Poderia falar da vergonha. Poderia mesmo falar até do presumível crime, legitimamente, porque o caso é aí mesmo, nessa instância, que está. Mas prefiro falar de loucura, aquela que a voz do povo contrapõe à da sabedoria, transformando-as não em opostos mas em sobrepostos. E se a dose poderia ser equilibrada, tanto de louco como de sábio ou de génio, este disparate que o ex-ministro fez o favor de vir fazer a quem nunca lhe reconheceu valor pelo lado do seu capital intelectual, veio também agora fazer-me ter muito pouca vontade de continuar a reconhecê-lo enquanto sábio.
Muitas vezes a loucura de figuras públicas tem um lado histriónico que desaparece fora do raio dos holofotes, como aliás acontece com outras características que são sobrevalorizadas por quem só as conhece enquanto figuras públicas. Umas vezes pelo que delas dizem, outras pela postura que em público assumem. É sempre um receio que tenho, este de conhecer um pouco melhor alguém por quem nutro alguma admiração. Tal como não me deixa indiferente, nem nego, essa aproximação de alguém por quem, pelo contrário, não sinto grandes simpatias. Há boas e más surpresas.

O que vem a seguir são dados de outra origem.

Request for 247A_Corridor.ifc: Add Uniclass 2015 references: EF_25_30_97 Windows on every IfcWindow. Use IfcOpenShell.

First a look at what the model holds.

```python
import ifcopenshell

model = ifcopenshell.open("247A_Corridor.ifc")
print(model.schema)
print("classifications:", [c.Name for c in model.by_type("IfcClassification")])
for ifc_class in ("IfcDoor", "IfcRoof", "IfcStair", "IfcWall", "IfcWindow"):
    print(ifc_class, len(model.by_type(ifc_class)))
```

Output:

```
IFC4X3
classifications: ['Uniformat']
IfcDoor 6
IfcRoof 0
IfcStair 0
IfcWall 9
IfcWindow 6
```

```python
import ifcopenshell
import ifcopenshell.api.classification

model = ifcopenshell.open("247A_Corridor.ifc")

system = ifcopenshell.api.classification.add_classification(model, classification="Uniclass 2015")

codes = {
    "IfcWindow": ("EF_25_30_97", "Windows"),
}
for ifc_class, (code, name) in codes.items():
    products = model.by_type(ifc_class)
    ifcopenshell.api.classification.add_reference(
        model, products=products, classification=system, identification=code, name=name
    )
    print(code, len(products))

model.write("247A_Corridor_edited.ifc")
```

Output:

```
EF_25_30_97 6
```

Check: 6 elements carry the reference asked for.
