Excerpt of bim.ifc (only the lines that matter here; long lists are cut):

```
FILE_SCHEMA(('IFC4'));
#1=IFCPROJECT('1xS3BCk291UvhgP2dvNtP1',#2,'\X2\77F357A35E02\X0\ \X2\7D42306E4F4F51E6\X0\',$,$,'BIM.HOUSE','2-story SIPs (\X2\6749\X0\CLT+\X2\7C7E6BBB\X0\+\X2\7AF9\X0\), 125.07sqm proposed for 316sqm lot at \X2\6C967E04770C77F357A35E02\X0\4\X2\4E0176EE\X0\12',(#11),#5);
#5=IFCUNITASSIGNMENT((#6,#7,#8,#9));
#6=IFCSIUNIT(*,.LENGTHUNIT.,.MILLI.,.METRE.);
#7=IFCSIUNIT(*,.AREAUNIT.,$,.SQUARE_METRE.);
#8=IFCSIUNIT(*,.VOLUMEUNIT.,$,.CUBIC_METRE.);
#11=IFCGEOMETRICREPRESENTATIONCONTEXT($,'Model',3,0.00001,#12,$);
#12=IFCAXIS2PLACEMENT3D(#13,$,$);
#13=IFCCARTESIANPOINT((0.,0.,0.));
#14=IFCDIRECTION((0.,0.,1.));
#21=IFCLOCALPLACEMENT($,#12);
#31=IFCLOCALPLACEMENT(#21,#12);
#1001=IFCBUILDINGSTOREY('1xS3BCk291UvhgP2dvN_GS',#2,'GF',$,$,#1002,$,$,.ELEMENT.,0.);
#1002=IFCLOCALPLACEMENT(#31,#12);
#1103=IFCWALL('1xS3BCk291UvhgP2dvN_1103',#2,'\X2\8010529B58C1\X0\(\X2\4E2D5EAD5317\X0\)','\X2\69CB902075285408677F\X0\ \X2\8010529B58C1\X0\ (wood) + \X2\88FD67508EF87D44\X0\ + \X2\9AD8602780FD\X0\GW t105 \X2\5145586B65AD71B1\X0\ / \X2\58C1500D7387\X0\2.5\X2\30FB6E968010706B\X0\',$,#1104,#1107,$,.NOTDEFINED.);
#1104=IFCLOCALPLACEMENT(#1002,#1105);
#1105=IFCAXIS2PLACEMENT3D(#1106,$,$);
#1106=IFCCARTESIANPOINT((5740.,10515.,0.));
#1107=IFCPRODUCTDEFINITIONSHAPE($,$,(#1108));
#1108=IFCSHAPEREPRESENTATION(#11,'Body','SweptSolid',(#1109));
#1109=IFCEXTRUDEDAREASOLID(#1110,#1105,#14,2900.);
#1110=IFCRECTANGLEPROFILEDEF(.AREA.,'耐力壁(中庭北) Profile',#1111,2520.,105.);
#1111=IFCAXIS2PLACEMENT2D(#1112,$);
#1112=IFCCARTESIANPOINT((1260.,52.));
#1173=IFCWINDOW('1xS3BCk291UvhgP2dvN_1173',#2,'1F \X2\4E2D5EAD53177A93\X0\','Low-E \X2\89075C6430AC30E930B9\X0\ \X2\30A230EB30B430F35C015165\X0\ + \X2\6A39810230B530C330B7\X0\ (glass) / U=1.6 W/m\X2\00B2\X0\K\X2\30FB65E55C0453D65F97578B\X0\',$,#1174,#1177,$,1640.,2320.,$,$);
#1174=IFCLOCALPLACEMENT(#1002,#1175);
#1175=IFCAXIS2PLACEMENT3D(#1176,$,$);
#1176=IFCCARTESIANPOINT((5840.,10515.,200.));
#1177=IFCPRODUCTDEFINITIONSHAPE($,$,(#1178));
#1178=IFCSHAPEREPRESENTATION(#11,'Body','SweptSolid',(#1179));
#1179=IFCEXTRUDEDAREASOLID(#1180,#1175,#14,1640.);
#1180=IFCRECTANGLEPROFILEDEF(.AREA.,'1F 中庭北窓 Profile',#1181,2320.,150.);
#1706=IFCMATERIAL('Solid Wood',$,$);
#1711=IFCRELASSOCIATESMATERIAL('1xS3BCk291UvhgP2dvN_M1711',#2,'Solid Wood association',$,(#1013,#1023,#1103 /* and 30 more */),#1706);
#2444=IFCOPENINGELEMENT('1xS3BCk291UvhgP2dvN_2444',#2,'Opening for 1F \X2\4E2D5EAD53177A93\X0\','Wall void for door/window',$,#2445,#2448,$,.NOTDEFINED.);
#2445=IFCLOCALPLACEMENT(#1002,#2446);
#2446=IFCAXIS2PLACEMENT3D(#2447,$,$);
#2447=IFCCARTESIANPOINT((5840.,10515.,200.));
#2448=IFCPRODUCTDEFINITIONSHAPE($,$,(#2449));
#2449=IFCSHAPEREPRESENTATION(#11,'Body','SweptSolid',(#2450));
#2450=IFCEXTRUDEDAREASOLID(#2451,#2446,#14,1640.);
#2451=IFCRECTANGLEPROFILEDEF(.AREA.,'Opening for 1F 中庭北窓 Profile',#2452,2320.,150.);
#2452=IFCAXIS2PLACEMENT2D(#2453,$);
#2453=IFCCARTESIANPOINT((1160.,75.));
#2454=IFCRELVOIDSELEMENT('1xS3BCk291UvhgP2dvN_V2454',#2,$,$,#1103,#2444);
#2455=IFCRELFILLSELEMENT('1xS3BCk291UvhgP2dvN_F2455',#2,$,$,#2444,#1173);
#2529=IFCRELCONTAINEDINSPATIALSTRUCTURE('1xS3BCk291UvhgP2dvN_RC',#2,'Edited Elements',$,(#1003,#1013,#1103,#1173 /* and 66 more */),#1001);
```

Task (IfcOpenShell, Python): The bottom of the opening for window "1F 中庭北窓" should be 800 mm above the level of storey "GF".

```python
import numpy as np
import ifcopenshell
import ifcopenshell.api.geometry
import ifcopenshell.geom
import ifcopenshell.util.element
import ifcopenshell.util.placement
import ifcopenshell.util.shape
import ifcopenshell.util.unit

model = ifcopenshell.open("bim.ifc")
unit_scale = ifcopenshell.util.unit.calculate_unit_scale(model)

window = model.by_guid("1xS3BCk291UvhgP2dvN_1173")
opening = window.FillsVoids[0].RelatingOpeningElement
storey = ifcopenshell.util.element.get_container(window, ifc_class="IfcBuildingStorey")
level = ifcopenshell.util.placement.get_local_placement(storey.ObjectPlacement)[2, 3]

# The opening's origin need not be at the sill, so measure its lowest point.
shape = ifcopenshell.geom.create_shape(ifcopenshell.geom.settings(), opening)
bottom = ifcopenshell.util.shape.get_shape_bottom_elevation(shape, shape.geometry) / unit_scale
dz = level + 0.8 / unit_scale - bottom

shift = np.array([0.0, 0.0, dz])
# The window is not placed relative to its opening, so move both.
for product in (opening, window):
    matrix = ifcopenshell.util.placement.get_local_placement(product.ObjectPlacement)
    matrix[:3, 3] += shift
    ifcopenshell.api.geometry.edit_object_placement(model, product=product, matrix=matrix, is_si=False)

print(f"moved by {dz * unit_scale:+.3f} m")

model.write("bim_rev.ifc")
```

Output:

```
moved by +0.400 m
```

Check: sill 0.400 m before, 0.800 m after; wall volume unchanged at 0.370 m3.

Neste caso, estou convicta de que dificilmente qualquer outra conversa ou tentativa de mostrar esse outro lado de sábio, me fará esquecer a baixeza das declarações de Carrilho, e não o “diz que disse” ou o “terá feito”, que num período de vida que seguramente o abalou como abala tantos e tantas, teve esse momento em que a máscara caiu para irremediavelmente não conseguir ser recolocada e cumprir a função que até ali teria cumprido. É que se, como acontece à mulher de César, não basta sê-lo há que parece-lo, aqui Carrilho mostrou bem quem é.